# What you will do:
If a line below holds the word "save", count it; then say how many such lines there are and nothing else.

(Recorded data)
═══
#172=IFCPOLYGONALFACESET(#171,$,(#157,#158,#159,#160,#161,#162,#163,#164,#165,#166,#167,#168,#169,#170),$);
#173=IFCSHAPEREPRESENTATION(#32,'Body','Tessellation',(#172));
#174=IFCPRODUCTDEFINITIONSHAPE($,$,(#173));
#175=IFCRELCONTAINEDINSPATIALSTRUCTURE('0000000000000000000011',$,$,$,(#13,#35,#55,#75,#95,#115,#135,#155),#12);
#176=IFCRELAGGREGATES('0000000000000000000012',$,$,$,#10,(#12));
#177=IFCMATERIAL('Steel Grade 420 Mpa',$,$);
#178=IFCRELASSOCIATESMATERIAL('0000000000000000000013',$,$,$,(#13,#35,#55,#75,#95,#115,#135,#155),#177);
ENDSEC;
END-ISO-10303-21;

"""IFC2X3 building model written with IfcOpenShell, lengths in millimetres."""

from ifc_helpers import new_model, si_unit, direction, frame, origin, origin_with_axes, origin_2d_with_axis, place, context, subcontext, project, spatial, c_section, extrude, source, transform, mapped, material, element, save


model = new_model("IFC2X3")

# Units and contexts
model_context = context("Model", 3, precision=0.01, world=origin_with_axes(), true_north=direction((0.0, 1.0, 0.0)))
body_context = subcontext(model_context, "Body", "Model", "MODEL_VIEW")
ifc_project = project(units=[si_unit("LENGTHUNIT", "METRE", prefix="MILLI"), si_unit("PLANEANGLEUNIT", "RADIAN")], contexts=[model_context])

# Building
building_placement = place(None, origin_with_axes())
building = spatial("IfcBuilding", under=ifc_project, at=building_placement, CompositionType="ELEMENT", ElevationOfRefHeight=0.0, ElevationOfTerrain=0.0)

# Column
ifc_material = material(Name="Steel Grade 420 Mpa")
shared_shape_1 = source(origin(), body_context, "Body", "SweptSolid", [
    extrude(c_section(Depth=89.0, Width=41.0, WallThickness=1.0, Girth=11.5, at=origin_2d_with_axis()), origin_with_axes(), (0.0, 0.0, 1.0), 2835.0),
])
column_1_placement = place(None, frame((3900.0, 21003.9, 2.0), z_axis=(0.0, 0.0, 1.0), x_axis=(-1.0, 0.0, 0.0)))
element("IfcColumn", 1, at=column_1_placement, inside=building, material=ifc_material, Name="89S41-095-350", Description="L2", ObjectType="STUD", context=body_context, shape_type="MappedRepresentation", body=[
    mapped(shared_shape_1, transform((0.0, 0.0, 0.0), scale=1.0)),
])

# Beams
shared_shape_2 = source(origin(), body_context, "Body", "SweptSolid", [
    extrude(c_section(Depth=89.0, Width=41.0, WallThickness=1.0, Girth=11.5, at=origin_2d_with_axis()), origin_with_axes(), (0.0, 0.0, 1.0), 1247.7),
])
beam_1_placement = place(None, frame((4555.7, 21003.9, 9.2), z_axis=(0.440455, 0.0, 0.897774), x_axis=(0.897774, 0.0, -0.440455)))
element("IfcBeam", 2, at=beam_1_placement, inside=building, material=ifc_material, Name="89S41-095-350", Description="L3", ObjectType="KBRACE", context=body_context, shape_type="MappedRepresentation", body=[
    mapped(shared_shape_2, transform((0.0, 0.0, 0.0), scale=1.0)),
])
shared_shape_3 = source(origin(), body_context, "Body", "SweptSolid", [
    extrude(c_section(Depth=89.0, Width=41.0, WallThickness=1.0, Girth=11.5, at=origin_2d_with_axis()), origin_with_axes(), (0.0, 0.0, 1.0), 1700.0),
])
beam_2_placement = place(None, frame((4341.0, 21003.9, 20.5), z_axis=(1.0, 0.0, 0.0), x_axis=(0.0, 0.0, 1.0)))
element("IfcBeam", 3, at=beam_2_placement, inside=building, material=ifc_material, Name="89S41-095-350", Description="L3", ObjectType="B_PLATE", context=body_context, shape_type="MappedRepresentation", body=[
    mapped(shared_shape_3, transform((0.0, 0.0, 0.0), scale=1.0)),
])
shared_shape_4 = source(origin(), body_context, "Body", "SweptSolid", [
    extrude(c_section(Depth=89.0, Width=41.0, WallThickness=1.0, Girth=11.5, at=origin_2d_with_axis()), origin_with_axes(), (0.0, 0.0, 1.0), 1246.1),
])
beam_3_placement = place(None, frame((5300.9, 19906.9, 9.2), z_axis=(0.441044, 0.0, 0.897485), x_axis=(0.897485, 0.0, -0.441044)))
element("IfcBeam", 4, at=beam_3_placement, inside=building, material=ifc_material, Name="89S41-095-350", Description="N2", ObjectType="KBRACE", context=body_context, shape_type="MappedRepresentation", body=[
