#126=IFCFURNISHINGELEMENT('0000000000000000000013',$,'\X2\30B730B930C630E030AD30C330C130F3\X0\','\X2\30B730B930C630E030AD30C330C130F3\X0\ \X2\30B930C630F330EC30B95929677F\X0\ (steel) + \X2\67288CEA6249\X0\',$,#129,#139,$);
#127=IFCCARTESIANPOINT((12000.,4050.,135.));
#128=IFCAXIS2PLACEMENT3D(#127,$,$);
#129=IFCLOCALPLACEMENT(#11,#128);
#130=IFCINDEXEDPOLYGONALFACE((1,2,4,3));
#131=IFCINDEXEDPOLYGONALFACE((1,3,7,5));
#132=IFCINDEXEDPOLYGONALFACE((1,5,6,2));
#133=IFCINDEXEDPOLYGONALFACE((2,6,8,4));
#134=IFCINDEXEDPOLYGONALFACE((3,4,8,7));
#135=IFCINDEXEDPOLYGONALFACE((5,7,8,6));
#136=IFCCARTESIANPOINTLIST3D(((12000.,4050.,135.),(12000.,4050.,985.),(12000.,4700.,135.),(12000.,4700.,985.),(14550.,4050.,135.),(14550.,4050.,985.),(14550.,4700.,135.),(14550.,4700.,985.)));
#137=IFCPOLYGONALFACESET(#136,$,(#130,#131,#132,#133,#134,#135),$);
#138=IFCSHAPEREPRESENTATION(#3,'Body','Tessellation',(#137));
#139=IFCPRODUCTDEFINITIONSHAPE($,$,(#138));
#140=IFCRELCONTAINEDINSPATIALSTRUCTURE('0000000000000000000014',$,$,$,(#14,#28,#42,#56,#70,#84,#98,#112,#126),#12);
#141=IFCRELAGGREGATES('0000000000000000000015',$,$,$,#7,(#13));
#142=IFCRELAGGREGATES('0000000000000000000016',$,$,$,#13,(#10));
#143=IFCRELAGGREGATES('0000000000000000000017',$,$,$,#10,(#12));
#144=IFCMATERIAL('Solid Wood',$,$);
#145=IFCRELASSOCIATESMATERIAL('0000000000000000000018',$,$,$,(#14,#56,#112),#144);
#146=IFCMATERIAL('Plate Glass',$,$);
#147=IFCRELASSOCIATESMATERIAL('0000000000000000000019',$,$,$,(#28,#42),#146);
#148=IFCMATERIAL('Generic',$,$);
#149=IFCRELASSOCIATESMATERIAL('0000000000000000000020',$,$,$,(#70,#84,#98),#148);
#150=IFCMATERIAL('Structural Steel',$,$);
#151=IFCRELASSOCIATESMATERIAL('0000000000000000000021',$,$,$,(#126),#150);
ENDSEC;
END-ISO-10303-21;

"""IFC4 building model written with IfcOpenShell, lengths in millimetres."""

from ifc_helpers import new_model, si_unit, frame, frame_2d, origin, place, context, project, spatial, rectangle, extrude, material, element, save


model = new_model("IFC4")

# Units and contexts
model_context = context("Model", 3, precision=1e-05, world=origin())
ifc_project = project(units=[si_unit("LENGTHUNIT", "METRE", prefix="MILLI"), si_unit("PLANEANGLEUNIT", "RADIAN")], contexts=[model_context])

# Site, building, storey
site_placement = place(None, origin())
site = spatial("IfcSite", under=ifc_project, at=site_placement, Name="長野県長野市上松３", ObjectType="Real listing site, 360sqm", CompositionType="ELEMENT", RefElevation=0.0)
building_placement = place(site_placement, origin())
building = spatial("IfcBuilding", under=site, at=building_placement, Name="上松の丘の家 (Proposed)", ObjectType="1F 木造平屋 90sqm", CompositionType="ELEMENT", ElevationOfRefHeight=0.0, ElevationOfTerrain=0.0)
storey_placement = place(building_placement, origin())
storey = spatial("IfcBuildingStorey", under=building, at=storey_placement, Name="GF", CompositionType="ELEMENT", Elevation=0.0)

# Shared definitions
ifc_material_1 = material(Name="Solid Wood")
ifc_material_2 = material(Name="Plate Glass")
═══
# Reply to the task:
2